For Wojcik, being a college athlete is all about balance. He said, “The biggest thing is time management. Being able to stay on top of things. I try to do things when they’re assigned and get them knocked out.”

Wojcik shared a piece of advice that was given to him and is something he practices daily. He said, “If it takes an hour or less, do it now.”

Wojcik feels that his Loyola experience can be summarized as the power of team and unity. Loyola basketball is regularly commended for the high level of teamwork that goes into each game. 

Wojcik said “Unity and communication are probably my biggest takeaways from the program, not only in sports but in all aspects of life.

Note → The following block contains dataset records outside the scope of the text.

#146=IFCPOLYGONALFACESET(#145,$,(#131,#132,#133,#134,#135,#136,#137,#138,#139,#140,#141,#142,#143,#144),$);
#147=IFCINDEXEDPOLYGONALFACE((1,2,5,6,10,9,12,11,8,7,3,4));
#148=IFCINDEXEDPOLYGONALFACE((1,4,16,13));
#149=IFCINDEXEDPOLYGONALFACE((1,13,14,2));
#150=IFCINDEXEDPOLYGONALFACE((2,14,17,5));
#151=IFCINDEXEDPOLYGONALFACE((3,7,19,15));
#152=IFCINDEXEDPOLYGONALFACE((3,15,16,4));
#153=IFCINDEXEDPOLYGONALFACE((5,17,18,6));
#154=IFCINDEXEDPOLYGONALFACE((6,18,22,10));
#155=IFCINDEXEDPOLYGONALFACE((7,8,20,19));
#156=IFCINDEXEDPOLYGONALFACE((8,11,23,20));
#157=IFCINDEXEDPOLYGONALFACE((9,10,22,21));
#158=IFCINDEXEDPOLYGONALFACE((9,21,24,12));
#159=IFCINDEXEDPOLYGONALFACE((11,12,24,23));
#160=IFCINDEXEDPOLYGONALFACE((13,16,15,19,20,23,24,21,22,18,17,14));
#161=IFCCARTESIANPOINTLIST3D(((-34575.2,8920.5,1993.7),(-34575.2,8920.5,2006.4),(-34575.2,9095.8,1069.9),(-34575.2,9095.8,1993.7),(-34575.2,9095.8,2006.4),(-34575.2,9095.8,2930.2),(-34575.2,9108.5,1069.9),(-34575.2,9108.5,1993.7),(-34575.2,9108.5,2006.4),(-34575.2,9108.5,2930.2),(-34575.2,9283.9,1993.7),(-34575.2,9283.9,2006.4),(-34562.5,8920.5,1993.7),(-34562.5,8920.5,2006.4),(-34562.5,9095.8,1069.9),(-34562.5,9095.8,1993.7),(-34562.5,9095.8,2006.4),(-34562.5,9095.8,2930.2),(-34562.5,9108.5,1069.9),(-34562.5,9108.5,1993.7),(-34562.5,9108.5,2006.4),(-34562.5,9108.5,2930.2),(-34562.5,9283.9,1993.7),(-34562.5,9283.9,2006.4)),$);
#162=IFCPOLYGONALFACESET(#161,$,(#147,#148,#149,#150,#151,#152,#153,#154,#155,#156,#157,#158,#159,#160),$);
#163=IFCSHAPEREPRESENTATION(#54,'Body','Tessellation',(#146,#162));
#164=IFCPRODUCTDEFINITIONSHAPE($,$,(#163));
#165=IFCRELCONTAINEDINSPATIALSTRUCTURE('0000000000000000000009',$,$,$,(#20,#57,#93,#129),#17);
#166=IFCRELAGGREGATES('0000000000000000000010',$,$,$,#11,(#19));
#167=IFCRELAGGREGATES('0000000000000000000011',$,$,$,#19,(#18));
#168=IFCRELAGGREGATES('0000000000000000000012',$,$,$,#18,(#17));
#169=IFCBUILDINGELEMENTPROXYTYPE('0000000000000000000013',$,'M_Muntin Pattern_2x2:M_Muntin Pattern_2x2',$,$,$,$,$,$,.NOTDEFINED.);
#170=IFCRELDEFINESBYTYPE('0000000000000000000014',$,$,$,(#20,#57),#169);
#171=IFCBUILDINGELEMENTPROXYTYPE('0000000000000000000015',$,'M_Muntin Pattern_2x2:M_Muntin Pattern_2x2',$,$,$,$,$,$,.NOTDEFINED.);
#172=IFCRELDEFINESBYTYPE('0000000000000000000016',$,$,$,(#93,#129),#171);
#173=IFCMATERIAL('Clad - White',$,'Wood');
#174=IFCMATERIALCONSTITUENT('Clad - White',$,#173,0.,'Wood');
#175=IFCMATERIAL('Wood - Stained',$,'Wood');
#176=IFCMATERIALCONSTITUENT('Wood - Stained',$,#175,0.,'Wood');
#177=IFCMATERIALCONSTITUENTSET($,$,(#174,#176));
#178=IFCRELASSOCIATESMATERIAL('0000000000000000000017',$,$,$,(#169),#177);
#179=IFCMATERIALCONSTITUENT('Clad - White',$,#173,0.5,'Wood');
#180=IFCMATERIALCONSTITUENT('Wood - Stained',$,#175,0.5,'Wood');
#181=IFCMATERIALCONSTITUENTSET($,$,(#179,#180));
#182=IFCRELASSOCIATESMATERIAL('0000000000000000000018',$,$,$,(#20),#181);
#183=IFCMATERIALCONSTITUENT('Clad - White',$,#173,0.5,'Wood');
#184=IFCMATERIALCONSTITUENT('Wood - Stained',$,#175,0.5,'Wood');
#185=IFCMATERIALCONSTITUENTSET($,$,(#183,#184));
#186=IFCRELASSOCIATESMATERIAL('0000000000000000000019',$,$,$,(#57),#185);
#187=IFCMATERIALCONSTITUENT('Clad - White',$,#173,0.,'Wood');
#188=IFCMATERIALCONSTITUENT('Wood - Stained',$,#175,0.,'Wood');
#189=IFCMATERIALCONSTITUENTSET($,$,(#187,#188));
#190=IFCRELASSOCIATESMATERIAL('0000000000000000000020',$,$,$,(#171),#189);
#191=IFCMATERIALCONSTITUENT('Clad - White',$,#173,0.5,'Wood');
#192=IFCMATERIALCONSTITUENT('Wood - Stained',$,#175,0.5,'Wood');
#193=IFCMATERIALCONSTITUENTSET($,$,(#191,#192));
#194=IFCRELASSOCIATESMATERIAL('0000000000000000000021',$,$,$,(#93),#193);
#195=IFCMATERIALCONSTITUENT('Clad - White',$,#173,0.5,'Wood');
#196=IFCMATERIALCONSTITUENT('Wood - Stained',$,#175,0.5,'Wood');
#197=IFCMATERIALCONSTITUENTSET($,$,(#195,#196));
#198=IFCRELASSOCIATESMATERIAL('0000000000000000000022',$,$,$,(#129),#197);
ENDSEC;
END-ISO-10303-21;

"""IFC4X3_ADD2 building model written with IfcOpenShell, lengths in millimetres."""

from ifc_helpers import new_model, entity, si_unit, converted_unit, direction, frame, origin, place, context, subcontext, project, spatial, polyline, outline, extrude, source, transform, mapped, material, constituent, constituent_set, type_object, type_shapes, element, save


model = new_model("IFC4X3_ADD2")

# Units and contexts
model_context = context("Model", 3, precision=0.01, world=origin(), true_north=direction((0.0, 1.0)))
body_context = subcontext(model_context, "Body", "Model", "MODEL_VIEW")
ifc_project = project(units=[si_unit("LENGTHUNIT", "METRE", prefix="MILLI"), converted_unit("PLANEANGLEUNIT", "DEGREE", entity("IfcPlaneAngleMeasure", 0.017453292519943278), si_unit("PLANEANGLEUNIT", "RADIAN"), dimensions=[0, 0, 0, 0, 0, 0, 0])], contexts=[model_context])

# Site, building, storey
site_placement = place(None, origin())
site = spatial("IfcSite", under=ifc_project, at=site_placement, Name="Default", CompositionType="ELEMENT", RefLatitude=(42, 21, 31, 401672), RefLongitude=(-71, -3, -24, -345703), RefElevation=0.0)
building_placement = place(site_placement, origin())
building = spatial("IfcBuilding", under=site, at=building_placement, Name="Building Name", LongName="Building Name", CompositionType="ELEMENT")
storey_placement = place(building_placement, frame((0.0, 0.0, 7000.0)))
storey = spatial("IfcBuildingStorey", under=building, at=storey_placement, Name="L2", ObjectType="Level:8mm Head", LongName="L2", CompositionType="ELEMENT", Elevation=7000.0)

Loyola’s defensive unity was often complimented during their most recent season. The team achieved major success in defeating #1 seed University of Illinois and ended the tournament with a spot in the sweet sixteen.

Loyola’s 2021 NCAA March Madness success was Wojcik’s first opportunity to appear in the tournament. From growing up watching it on TV to playing in Indianapolis last spring, being able to represent Loyola on the March Madness court was everything to Wojcik.

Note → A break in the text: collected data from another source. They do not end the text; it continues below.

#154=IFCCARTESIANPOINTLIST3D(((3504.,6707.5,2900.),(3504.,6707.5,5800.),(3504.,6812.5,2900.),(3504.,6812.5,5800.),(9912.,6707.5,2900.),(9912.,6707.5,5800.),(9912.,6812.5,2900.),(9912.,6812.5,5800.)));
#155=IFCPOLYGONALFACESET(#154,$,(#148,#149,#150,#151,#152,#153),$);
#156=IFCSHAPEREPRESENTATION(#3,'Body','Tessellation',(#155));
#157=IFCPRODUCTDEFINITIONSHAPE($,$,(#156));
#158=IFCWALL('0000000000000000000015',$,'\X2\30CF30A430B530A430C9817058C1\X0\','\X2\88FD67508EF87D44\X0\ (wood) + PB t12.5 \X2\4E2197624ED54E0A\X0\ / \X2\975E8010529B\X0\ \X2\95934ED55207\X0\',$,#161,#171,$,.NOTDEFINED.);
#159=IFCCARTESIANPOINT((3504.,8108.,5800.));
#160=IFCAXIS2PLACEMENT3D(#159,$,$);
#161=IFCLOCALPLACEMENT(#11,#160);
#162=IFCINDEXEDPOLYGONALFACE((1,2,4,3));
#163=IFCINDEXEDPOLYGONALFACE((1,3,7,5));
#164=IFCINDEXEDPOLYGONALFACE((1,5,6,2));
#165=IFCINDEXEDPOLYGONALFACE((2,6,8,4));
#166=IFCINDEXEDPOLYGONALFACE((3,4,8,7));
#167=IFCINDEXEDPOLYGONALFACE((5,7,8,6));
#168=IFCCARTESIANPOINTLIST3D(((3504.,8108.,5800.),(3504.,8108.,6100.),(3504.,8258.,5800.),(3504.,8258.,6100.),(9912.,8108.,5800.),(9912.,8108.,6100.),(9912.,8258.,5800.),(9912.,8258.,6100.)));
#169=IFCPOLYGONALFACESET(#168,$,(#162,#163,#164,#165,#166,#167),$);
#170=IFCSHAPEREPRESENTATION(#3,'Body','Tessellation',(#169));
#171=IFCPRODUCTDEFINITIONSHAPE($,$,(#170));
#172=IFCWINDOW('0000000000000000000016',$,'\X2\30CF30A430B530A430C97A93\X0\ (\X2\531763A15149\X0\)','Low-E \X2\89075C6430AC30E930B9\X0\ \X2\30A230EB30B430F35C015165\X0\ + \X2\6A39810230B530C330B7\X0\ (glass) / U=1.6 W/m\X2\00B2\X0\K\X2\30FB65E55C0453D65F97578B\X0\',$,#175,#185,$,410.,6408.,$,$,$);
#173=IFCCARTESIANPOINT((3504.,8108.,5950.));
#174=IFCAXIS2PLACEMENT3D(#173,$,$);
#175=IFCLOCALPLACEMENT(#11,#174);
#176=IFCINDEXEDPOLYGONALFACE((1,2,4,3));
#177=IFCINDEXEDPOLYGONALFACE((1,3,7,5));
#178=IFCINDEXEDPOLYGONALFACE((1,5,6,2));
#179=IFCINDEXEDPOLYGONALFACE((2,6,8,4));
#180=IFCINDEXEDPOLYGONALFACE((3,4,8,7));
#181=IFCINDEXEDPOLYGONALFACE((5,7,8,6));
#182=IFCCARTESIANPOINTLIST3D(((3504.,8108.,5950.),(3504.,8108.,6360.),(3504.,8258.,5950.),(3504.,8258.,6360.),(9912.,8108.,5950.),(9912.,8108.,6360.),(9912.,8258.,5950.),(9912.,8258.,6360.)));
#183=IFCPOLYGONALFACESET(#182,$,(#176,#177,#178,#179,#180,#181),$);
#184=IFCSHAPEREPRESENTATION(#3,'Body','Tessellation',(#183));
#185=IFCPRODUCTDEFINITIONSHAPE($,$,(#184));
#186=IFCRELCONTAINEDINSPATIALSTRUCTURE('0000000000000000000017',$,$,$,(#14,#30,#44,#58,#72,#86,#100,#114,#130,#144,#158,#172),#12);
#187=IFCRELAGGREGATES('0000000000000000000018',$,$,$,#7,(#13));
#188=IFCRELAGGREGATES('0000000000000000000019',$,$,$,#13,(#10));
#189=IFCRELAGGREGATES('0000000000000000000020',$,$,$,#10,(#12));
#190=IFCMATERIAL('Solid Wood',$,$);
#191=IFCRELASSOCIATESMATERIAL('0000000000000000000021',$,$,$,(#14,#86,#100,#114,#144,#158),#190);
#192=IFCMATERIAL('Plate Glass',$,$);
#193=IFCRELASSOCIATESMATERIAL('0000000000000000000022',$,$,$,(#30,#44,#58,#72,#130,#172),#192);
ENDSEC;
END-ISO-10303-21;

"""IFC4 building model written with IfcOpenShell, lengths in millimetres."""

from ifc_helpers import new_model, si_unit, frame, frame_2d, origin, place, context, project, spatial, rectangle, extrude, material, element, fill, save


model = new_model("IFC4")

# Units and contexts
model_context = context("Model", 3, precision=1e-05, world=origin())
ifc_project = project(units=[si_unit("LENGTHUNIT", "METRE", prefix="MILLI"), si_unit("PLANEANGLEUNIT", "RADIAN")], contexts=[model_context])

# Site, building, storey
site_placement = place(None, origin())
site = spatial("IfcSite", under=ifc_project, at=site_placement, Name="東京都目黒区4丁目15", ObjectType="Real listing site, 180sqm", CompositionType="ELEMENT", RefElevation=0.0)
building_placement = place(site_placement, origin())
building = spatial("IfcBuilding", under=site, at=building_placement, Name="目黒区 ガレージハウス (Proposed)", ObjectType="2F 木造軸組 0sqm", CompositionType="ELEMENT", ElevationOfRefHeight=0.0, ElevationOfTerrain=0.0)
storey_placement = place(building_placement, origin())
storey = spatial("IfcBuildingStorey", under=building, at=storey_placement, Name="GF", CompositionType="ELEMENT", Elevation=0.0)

He said, “It meant the world to me. You always dream to be in this position. To be able to do that with some of my best friends and a team that I love was really remarkable and an experience that I’ll carry with me for the rest of my life.”

With many big changes on the horizon, Wojcik felt it was best to leave behind his career as a Rambler and transfer to play as a Brown University Bear. 

Following Loyola’s sweet sixteen success, Coach Porter Moser announced that he will be taking the position as head coach at Oklahoma University. The transition in coaching in addition to the return of many of Loyola’s seniors for their final year of eligibility ultimately led Wojcik to transfer to Brown University. He said, “It’s a combination of some things. With the coaching change, the return of seniors, and the opportunity itself, I thought it would be best to look elsewhere in terms of being able to play and receiving a great education.”

Wojcik has had many opportunities in his basketball career and will continue to following his college basketball career.

When looking forward to life post-graduation, Wojcik wants to stay involved in basketball but is unsure of the extent.

He said. “I’ve considered entering the coaching profession or becoming a scout or an agent. But I know for sure that I might play a few years overseas after college, and once I’m done still staying involved in the game because it means so much to me.”